Well it would seem the World didn’t end today, which I must say puts a torpedo in my apocalypse hedging strategy. So, thanks to the crackpot Mayans, I will need to immediately address:
- The stack of bills I have been accumulating. I hope those nice bill collectors are understanding. Bank of America seems to have a sense of humor. I read their 10-Q’s.
- Christmas shopping for the family. T -72 hour mark, no problem. Has Amazon developed quantum-state delivery yet?
- Groceries – I guess we will now need to keep eating, even though we face the grim reality of a post-twinke civilization.
If that isn’t bad enough, I will also need to work through the long-range plans I didn’t plan on needing.
- Kid’s college tuition – I keep telling them that Judge Smails from Caddyshack had it right – “The world needs ditch diggers, Danny.”

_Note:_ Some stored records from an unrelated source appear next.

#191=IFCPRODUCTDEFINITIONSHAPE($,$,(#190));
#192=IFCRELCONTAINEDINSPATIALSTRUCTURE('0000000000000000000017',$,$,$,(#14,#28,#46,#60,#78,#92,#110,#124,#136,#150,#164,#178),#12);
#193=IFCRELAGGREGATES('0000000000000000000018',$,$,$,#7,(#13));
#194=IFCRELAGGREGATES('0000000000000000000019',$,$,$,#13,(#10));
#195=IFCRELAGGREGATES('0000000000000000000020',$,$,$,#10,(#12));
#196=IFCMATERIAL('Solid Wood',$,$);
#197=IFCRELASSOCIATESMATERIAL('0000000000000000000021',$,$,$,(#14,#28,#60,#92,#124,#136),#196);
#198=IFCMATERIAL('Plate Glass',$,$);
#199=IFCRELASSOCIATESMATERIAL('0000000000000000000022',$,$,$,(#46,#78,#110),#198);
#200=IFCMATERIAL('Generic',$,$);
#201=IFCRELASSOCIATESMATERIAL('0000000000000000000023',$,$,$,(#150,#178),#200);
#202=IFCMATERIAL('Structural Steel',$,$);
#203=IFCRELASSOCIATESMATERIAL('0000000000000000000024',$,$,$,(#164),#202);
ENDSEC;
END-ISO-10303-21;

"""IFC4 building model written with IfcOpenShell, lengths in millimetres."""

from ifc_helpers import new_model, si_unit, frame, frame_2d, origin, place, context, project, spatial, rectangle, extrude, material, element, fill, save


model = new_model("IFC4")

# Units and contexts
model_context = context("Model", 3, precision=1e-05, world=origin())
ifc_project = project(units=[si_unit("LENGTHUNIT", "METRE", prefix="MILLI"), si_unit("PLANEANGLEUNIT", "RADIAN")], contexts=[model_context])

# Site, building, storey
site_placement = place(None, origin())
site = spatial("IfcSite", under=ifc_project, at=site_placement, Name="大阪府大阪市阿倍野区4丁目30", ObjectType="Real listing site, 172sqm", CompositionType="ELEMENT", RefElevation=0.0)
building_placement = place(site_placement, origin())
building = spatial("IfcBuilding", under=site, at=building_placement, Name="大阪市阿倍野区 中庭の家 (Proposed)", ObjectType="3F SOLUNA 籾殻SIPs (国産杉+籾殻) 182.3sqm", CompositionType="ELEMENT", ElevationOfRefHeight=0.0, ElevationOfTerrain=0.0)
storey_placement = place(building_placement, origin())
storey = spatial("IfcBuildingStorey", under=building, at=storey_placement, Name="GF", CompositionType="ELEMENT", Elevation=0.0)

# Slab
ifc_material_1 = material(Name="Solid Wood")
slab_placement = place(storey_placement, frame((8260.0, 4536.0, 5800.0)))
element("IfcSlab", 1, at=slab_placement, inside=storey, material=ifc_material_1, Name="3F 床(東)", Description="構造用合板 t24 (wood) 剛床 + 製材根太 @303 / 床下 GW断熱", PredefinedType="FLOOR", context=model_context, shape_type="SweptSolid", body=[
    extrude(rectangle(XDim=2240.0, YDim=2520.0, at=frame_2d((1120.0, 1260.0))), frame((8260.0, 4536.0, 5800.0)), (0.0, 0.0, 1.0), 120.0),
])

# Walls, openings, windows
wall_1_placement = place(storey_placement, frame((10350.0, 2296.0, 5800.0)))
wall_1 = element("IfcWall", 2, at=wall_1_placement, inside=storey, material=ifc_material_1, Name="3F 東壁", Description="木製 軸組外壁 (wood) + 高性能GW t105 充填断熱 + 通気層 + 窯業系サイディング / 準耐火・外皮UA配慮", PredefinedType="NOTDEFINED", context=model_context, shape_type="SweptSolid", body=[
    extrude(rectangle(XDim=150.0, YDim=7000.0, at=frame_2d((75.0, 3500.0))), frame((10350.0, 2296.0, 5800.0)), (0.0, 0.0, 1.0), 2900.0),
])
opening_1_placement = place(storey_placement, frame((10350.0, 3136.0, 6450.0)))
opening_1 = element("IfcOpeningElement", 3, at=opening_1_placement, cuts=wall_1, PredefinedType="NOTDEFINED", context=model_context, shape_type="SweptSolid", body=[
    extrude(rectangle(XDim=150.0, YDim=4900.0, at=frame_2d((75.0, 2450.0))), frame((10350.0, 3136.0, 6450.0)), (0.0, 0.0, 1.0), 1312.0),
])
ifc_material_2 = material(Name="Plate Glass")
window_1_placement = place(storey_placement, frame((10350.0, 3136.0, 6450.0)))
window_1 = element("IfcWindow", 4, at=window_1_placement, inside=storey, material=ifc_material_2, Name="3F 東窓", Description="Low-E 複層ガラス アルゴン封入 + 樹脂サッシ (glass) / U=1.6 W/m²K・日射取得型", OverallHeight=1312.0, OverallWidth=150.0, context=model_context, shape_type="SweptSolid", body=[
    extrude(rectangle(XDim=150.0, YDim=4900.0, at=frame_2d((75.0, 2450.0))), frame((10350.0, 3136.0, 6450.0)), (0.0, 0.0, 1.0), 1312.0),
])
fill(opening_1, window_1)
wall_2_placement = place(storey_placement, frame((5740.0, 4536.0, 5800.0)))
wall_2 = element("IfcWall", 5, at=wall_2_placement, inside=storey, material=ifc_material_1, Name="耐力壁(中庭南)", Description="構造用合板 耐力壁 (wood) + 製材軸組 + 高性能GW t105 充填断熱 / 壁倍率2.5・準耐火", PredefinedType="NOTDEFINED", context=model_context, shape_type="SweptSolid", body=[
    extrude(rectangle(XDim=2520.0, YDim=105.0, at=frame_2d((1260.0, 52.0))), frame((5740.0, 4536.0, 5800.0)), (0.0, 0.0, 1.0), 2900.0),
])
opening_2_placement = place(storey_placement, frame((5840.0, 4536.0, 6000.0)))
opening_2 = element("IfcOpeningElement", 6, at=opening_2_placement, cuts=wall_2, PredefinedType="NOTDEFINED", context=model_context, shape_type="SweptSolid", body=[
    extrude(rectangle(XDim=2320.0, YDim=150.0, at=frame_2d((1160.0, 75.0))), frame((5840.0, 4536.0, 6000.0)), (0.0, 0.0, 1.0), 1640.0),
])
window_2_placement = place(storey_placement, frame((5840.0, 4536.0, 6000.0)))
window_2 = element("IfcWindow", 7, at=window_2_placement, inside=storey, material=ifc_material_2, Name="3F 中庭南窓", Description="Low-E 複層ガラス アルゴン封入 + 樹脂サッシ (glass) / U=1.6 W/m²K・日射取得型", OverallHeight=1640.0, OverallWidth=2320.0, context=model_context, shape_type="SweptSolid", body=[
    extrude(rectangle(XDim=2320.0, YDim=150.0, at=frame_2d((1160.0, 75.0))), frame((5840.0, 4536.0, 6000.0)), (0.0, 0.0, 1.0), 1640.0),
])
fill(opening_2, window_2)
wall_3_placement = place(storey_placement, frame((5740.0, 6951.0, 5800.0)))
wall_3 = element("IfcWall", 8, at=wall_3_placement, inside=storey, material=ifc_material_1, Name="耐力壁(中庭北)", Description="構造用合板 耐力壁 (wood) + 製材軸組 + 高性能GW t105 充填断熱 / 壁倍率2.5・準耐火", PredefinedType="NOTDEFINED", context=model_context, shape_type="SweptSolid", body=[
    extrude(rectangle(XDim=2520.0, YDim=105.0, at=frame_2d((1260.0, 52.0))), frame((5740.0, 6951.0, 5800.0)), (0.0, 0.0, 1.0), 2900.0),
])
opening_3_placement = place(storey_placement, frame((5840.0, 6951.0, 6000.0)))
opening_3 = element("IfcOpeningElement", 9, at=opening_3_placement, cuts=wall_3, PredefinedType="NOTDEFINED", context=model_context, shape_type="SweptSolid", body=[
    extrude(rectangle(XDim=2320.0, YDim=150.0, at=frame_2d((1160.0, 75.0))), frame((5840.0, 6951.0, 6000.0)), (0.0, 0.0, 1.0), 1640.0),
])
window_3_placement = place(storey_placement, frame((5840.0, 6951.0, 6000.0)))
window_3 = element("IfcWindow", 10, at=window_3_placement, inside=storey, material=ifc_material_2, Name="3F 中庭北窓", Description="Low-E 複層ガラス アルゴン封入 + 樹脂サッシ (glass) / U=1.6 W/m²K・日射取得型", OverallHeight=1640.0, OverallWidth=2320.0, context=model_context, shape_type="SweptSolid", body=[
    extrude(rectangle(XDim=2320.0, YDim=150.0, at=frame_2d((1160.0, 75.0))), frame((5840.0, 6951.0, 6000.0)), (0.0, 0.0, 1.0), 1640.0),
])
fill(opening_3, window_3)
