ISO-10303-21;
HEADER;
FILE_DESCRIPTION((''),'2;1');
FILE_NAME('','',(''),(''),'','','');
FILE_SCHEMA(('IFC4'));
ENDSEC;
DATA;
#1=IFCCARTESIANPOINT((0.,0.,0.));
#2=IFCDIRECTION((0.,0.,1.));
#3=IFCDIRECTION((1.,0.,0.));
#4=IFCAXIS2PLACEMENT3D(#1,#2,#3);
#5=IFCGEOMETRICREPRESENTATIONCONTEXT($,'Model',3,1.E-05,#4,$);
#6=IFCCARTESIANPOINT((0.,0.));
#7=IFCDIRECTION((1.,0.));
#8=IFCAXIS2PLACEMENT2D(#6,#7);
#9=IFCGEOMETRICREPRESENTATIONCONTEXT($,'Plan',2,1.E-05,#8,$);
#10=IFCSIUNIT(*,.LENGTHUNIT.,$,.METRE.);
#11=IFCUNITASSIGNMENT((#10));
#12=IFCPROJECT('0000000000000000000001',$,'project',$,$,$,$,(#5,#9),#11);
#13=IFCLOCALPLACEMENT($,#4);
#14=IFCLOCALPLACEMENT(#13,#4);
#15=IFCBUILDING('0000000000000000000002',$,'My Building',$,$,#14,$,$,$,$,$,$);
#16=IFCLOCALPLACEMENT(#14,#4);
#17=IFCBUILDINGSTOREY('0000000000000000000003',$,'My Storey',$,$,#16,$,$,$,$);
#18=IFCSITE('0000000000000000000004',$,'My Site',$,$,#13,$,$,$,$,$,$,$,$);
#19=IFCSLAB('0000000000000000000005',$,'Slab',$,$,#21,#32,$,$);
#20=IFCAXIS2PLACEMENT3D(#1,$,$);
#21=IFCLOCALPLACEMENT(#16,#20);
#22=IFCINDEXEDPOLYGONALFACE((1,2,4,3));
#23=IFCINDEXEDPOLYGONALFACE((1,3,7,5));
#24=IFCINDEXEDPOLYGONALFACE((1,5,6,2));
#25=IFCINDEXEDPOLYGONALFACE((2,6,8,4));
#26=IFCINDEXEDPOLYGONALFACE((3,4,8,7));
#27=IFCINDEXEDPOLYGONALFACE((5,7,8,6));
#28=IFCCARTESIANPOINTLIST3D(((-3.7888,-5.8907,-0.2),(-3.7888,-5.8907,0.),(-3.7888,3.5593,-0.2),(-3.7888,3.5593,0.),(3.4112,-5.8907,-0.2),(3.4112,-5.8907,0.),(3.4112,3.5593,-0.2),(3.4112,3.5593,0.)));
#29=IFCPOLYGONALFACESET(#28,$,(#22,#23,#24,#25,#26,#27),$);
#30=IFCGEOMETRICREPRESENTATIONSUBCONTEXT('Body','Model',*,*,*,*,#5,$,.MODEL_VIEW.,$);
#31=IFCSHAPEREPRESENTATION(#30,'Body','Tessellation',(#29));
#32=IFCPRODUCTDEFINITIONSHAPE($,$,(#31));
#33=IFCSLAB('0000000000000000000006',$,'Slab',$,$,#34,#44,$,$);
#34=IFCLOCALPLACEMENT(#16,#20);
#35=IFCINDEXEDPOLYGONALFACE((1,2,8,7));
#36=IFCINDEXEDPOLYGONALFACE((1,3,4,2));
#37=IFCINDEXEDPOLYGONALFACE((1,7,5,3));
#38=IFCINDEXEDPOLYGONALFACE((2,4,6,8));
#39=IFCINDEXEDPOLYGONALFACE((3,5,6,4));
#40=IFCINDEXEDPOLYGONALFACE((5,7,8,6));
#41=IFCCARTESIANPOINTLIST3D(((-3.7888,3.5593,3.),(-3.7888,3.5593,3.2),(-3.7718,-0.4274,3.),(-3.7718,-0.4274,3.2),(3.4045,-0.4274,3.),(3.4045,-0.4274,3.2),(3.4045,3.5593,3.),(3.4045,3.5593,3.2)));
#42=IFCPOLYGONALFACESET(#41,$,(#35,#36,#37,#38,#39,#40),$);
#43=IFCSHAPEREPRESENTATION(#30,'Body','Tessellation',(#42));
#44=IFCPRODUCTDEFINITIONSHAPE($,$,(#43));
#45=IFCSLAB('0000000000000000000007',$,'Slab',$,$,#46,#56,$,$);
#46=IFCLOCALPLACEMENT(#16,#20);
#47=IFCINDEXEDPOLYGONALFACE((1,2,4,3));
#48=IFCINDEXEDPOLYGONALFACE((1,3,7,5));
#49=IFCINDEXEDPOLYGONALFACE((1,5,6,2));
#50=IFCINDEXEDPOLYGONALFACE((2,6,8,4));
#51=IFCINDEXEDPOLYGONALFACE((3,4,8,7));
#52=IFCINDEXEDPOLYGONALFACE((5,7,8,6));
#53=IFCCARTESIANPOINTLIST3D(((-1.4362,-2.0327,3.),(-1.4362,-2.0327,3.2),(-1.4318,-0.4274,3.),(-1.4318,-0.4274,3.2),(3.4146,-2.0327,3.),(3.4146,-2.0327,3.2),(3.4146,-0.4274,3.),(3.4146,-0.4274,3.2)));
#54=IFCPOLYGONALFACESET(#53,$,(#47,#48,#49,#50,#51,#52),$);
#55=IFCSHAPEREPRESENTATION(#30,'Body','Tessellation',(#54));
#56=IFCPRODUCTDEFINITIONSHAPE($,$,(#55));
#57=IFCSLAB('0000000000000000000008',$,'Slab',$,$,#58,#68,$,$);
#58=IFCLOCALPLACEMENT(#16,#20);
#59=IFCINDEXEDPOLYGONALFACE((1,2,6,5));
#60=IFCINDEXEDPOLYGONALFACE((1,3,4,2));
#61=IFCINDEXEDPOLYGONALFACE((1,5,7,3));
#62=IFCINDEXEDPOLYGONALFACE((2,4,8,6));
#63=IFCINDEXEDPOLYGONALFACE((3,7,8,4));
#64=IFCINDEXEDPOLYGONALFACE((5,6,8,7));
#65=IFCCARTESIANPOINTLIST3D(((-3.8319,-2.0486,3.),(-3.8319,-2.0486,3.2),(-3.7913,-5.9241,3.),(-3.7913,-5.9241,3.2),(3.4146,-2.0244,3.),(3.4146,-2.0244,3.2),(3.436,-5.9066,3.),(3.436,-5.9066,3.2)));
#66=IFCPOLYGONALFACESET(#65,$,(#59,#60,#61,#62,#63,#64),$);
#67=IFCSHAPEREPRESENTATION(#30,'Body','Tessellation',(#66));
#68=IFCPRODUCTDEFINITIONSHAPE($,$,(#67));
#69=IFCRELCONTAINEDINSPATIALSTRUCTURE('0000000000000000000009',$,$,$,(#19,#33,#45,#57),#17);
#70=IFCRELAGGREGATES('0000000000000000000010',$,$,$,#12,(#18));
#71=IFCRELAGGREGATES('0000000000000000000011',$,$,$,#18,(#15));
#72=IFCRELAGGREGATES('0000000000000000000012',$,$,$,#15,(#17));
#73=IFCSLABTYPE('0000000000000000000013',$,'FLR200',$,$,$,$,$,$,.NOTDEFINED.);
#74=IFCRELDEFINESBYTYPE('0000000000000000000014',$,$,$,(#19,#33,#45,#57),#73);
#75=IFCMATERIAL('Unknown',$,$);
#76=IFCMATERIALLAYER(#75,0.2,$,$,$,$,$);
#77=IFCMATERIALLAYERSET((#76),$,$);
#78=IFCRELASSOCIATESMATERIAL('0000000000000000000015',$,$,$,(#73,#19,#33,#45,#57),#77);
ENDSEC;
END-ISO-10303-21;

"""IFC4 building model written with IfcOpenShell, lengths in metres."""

from ifc_helpers import new_model, si_unit, frame, origin_with_axes, origin_2d_with_axis, place, context, subcontext, project, spatial, indexed_curve, outline, extrude, material, layer, layer_set, layer_usage, type_object, element, save


model = new_model("IFC4")

# Units and contexts
model_context = context("Model", 3, precision=1e-05, world=origin_with_axes())
plan_context = context("Plan", 2, precision=1e-05, world=origin_2d_with_axis())
body_context_1 = subcontext(model_context, "Body", "Model", "MODEL_VIEW")
ifc_project = project(units=[si_unit("LENGTHUNIT", "METRE")], contexts=[model_context, plan_context])

# Site, building, storey
site_placement = place(None, origin_with_axes())
site = spatial("IfcSite", under=ifc_project, at=site_placement, Name="My Site")
building_placement = place(site_placement, origin_with_axes())
building = spatial("IfcBuilding", under=site, at=building_placement, Name="My Building")
storey_placement = place(building_placement, origin_with_axes())
storey = spatial("IfcBuildingStorey", under=building, at=storey_placement, Name="My Storey")

# Slabs
ifc_material = material(Name="Unknown")
ifc_layer_1 = layer(ifc_material, 0.2)
ifc_layer_set_1 = layer_set([ifc_layer_1])
ifc_layer_usage_1 = layer_usage(ifc_layer_set_1, "AXIS3", "POSITIVE", -0.2)
slab_type = type_object("IfcSlabType", Name="FLR200", PredefinedType="NOTDEFINED", material=ifc_layer_set_1)
slab_1_placement = place(storey_placement, frame((-3.7888, 3.5593, 0.0), z_axis=(0.0, 0.0, 1.0), x_axis=(1.0, 0.0, 0.0)))
element("IfcSlab", 1, at=slab_1_placement, inside=storey, type_object=slab_type, material=ifc_layer_usage_1, Name="Slab", context=body_context_1, shape_type="SweptSolid", body=[
    extrude(outline(indexed_curve([(0.0, 0.0), (7.2, 0.0), (7.2, -9.45), (0.0, -9.45), (0.0, 0.0)])), frame((0.0, 0.0, -0.2), z_axis=(0.0, 0.0, 1.0), x_axis=(1.0, 0.0, 0.0)), (0.0, 0.0, 1.0), 0.2),
])
ifc_layer_usage_2 = layer_usage(ifc_layer_set_1, "AXIS3", "POSITIVE", -0.2)
slab_2_placement = place(storey_placement, frame((-3.7888, 3.5593, 3.2), z_axis=(0.0, 0.0, 1.0), x_axis=(1.0, 0.0, 0.0)))
element("IfcSlab", 2, at=slab_2_placement, inside=storey, type_object=slab_type, material=ifc_layer_usage_2, Name="Slab", context=body_context_1, shape_type="SweptSolid", body=[
    extrude(outline(indexed_curve([(0.0, 0.0), (0.0171, -3.9867), (7.1933, -3.9867), (7.1933, 0.0), (0.0, 0.0)])), frame((0.0, 0.0, -0.2), z_axis=(0.0, 0.0, 1.0), x_axis=(1.0, 0.0, 0.0)), (0.0, 0.0, 1.0), 0.2),
])
ifc_layer_usage_3 = layer_usage(ifc_layer_set_1, "AXIS3", "POSITIVE", -0.2)
slab_3_placement = place(storey_placement, frame((-1.4318, -0.4274, 3.2), z_axis=(0.0, 0.0, 1.0), x_axis=(1.0, 0.0, 0.0)))
element("IfcSlab", 3, at=slab_3_placement, inside=storey, type_object=slab_type, material=ifc_layer_usage_3, Name="Slab", context=body_context_1, shape_type="SweptSolid", body=[
    extrude(outline(indexed_curve([(0.0, 0.0), (-0.0044, -1.6054), (4.8464, -1.6054), (4.8464, 0.0), (0.0, 0.0)])), frame((0.0, 0.0, -0.2), z_axis=(0.0, 0.0, 1.0), x_axis=(1.0, 0.0, 0.0)), (0.0, 0.0, 1.0), 0.2),
])
ifc_layer_usage_4 = layer_usage(ifc_layer_set_1, "AXIS3", "POSITIVE", -0.2)
slab_4_placement = place(storey_placement, frame((-3.8319, -2.0486, 3.2), z_axis=(0.0, 0.0, 1.0), x_axis=(1.0, 0.0, 0.0)))
element("IfcSlab", 4, at=slab_4_placement, inside=storey, type_object=slab_type, material=ifc_layer_usage_4, Name="Slab", context=body_context_1, shape_type="SweptSolid", body=[
    extrude(outline(indexed_curve([(0.0, 0.0), (7.2465, 0.0242), (7.2679, -3.8579), (0.0406, -3.8755), (0.0, 0.0)])), frame((0.0, 0.0, -0.2), z_axis=(0.0, 0.0, 1.0), x_axis=(1.0, 0.0, 0.0)), (0.0, 0.0, 1.0), 0.2),
])

save(model, "model.ifc")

- Retirement planning – I will have to renew practicing for my post-retirement job – “Welcome to WalMart, would you like to open a checking account today or buy live bait?”
- Senior-age Health Care – Pretty sure I won’t need it. My kids seem to have started really caring as I go up and down the steps. I appreciate the way they jostle and push me for encouragement. Maybe they did hear #1.
So there it is, thanks to the Mayan’s awful grasp on planetary destruction, my life just got significantly more depressing. Last time I listen to an extinct society.